## [Activity]
Looking at the records below, please say how many lines contain the word "IFCQUANTITYLENGTH", as a bare number.

————————

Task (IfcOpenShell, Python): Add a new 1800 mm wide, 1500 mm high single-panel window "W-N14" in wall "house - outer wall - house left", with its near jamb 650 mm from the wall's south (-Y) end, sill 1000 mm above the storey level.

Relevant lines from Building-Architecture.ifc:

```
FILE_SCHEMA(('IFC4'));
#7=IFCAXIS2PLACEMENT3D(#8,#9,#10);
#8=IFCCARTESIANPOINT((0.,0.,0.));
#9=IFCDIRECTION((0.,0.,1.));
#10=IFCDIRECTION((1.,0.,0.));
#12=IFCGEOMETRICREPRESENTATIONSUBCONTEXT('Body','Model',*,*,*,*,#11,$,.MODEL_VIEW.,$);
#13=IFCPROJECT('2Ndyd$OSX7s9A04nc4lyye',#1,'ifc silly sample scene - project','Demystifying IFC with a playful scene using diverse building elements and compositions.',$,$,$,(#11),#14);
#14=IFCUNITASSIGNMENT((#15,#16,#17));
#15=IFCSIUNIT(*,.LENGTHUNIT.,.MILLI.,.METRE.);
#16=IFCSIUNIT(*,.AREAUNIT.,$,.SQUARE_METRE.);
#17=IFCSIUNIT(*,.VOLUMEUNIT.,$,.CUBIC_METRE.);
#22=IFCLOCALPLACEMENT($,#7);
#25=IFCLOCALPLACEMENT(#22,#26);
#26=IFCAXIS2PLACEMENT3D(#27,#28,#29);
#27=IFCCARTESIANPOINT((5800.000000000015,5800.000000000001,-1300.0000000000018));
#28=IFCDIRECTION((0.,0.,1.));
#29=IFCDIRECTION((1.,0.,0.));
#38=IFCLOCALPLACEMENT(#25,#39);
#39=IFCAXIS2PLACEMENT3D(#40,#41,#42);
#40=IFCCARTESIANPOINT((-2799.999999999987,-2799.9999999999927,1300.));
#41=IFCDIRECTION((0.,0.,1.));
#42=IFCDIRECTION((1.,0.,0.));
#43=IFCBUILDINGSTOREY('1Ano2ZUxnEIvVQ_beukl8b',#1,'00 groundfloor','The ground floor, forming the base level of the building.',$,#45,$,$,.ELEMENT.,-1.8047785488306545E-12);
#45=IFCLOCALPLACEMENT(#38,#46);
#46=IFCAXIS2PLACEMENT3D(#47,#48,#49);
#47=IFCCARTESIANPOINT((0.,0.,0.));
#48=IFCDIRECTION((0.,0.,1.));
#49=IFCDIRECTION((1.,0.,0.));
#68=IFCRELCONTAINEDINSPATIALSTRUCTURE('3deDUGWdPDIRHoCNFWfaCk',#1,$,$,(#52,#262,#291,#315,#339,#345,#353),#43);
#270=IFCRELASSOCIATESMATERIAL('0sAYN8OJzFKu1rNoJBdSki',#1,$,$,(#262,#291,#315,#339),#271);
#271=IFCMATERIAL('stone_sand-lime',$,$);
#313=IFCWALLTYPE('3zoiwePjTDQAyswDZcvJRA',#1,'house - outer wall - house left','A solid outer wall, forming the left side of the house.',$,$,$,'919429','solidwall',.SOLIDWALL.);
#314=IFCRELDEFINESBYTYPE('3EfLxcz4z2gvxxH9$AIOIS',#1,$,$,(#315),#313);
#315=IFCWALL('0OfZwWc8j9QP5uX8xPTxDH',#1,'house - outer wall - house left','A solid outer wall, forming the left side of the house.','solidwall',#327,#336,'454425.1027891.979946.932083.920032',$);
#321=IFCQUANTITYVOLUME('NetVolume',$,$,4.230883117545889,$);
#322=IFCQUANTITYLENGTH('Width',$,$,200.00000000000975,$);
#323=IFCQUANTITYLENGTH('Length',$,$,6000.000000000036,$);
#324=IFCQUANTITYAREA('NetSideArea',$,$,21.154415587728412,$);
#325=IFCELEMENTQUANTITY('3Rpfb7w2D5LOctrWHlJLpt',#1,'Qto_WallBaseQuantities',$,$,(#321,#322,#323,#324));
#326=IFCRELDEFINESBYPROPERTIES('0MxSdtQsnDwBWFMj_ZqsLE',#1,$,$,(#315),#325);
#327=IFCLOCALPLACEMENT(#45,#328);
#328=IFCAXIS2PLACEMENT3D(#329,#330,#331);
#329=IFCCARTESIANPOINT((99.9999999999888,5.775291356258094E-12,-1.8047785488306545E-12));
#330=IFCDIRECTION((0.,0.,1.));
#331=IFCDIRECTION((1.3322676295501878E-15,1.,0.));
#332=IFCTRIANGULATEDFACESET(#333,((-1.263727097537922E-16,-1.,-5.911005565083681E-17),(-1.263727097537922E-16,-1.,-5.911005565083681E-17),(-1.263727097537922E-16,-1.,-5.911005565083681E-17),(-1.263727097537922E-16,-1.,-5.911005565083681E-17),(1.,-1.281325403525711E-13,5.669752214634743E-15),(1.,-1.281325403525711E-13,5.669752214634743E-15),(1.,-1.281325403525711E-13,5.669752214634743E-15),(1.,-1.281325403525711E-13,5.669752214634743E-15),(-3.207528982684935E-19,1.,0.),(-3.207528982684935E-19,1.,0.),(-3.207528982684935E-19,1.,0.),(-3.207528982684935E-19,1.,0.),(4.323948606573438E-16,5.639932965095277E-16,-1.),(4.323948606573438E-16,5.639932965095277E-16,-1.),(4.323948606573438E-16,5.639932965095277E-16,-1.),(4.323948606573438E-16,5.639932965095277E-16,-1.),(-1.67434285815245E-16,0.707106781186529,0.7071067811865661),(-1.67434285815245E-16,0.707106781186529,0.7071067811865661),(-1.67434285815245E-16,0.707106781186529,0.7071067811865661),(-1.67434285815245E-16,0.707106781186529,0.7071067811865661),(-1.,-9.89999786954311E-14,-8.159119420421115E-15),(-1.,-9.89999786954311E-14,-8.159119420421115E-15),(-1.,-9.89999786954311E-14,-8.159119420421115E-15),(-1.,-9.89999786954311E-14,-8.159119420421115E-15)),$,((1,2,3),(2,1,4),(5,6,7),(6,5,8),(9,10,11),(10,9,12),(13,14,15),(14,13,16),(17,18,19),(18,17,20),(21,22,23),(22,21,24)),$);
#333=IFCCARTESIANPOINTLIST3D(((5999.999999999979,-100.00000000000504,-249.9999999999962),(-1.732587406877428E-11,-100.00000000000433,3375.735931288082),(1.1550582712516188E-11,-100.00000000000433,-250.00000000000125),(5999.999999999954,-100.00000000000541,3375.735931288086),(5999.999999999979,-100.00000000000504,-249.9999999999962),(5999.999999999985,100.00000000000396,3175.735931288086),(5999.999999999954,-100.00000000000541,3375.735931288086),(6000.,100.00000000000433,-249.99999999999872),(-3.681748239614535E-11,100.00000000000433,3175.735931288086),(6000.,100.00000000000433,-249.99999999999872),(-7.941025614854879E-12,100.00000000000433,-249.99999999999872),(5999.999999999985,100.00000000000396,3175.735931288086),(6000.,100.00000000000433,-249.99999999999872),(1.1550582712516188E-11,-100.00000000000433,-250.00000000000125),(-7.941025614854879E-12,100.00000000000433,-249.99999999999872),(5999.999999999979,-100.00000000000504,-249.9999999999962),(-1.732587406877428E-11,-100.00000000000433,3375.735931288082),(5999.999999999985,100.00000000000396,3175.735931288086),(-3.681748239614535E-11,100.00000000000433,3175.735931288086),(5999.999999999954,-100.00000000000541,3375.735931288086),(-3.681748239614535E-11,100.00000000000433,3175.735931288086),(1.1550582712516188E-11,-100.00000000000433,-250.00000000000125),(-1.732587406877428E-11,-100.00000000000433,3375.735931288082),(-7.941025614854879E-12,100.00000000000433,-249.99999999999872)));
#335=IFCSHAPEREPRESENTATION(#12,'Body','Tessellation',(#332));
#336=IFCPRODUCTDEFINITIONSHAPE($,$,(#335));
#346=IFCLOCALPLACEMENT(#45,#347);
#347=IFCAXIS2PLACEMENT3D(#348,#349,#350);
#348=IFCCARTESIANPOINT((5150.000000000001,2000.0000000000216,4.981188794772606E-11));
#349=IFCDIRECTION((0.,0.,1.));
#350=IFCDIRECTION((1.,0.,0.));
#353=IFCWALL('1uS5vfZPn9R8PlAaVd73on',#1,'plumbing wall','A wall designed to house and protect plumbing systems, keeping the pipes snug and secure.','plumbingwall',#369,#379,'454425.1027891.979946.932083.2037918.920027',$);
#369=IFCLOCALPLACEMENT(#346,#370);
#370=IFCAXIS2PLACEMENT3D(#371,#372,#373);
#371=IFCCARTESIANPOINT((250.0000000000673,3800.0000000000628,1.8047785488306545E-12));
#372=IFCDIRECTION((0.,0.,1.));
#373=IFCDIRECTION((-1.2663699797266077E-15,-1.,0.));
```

```python
import numpy as np
import ifcopenshell
import ifcopenshell.api.feature
import ifcopenshell.api.geometry
import ifcopenshell.api.pset
import ifcopenshell.api.root
import ifcopenshell.api.spatial
import ifcopenshell.geom
import ifcopenshell.util.element
import ifcopenshell.util.placement
import ifcopenshell.util.representation
import ifcopenshell.util.shape
import ifcopenshell.util.unit

model = ifcopenshell.open("Building-Architecture.ifc")
unit_scale = ifcopenshell.util.unit.calculate_unit_scale(model)
area_scale = ifcopenshell.util.unit.calculate_unit_scale(model, "AREAUNIT")
volume_scale = ifcopenshell.util.unit.calculate_unit_scale(model, "VOLUMEUNIT")
settings = ifcopenshell.geom.settings()


def volume(element):
    """Net volume in cubic metres, openings subtracted."""
    shape = ifcopenshell.geom.create_shape(settings, element)
    return ifcopenshell.util.shape.get_volume(shape.geometry)


wall = model.by_guid("0OfZwWc8j9QP5uX8xPTxDH")
storey = ifcopenshell.util.element.get_container(wall, ifc_class="IfcBuildingStorey")
context = ifcopenshell.util.representation.get_context(model, "Model", "Body", "MODEL_VIEW")
before = volume(wall)

width, height, from_end, sill = 1.8, 1.5, 0.65, 1  # metres

# The wall runs along its own X axis, and the end named is its -X end.
wall_shape = ifcopenshell.geom.create_shape(settings, wall)
x, y, z = ifcopenshell.util.shape.get_vertices(wall_shape.geometry).T
start = x.min() + from_end
face, thickness = float(y.min()), float(y.max() - y.min())
wall_matrix = ifcopenshell.util.placement.get_local_placement(wall.ObjectPlacement)
level = ifcopenshell.util.placement.get_local_placement(storey.ObjectPlacement)[2, 3]


def in_wall(x, y):
    """Placement at x, y metres in the wall's axes, at sill height."""
    matrix = wall_matrix.copy()
    matrix[:, 3] = wall_matrix @ np.array([x / unit_scale, y / unit_scale, 0.0, 1.0])
    matrix[2, 3] = level + sill / unit_scale
    return matrix


# Opening: a box that overshoots both wall faces by 50 mm.
opening = ifcopenshell.api.root.create_entity(model, ifc_class="IfcOpeningElement", predefined_type="OPENING")
box = ifcopenshell.api.geometry.add_wall_representation(
    model, context=context, length=width, height=height, thickness=thickness + 0.1
)
ifcopenshell.api.geometry.assign_representation(model, product=opening, representation=box)
ifcopenshell.api.geometry.edit_object_placement(model, product=opening, matrix=in_wall(start, face - 0.05), is_si=False)
ifcopenshell.api.feature.add_feature(model, feature=opening, element=wall)

window = ifcopenshell.api.root.create_entity(model, ifc_class="IfcWindow", name="W-N14", predefined_type="WINDOW")
window.OverallWidth, window.OverallHeight = width / unit_scale, height / unit_scale
window.PartitioningType = "SINGLE_PANEL"
body = ifcopenshell.api.geometry.add_window_representation(
    model,
    context=context,
    overall_width=window.OverallWidth,
    overall_height=window.OverallHeight,
    partition_type="SINGLE_PANEL",
)
ifcopenshell.api.geometry.assign_representation(model, product=window, representation=body)
ifcopenshell.api.spatial.assign_container(model, products=[window], relating_structure=storey)
ifcopenshell.api.feature.add_filling(model, opening=opening, element=window)

# Centre the window in the wall's thickness.
ifcopenshell.api.geometry.edit_object_placement(model, product=window, matrix=in_wall(start, face), is_si=False)
window_shape = ifcopenshell.geom.create_shape(settings, window)
depth = ifcopenshell.util.shape.get_vertices(window_shape.geometry)[:, 1]
offset = face + thickness / 2 - (depth.min() + depth.max()) / 2
ifcopenshell.api.geometry.edit_object_placement(model, product=window, matrix=in_wall(start, offset), is_si=False)

after = volume(wall)

# Update the wall's stored quantities.
qto = model.by_id(ifcopenshell.util.element.get_pset(wall, "Qto_WallBaseQuantities", should_inherit=False)["id"])
ifcopenshell.api.pset.edit_qto(model, qto=qto, properties={
    "NetVolume": after / volume_scale,
    "NetSideArea": after / thickness / area_scale,
})

print(f"wall volume {before:.3f} -> {after:.3f} m3")

model.write("Building-Architecture_v2.ifc")
```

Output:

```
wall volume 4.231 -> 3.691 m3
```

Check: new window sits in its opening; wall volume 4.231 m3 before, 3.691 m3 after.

————————

## [Solution to the problem]
2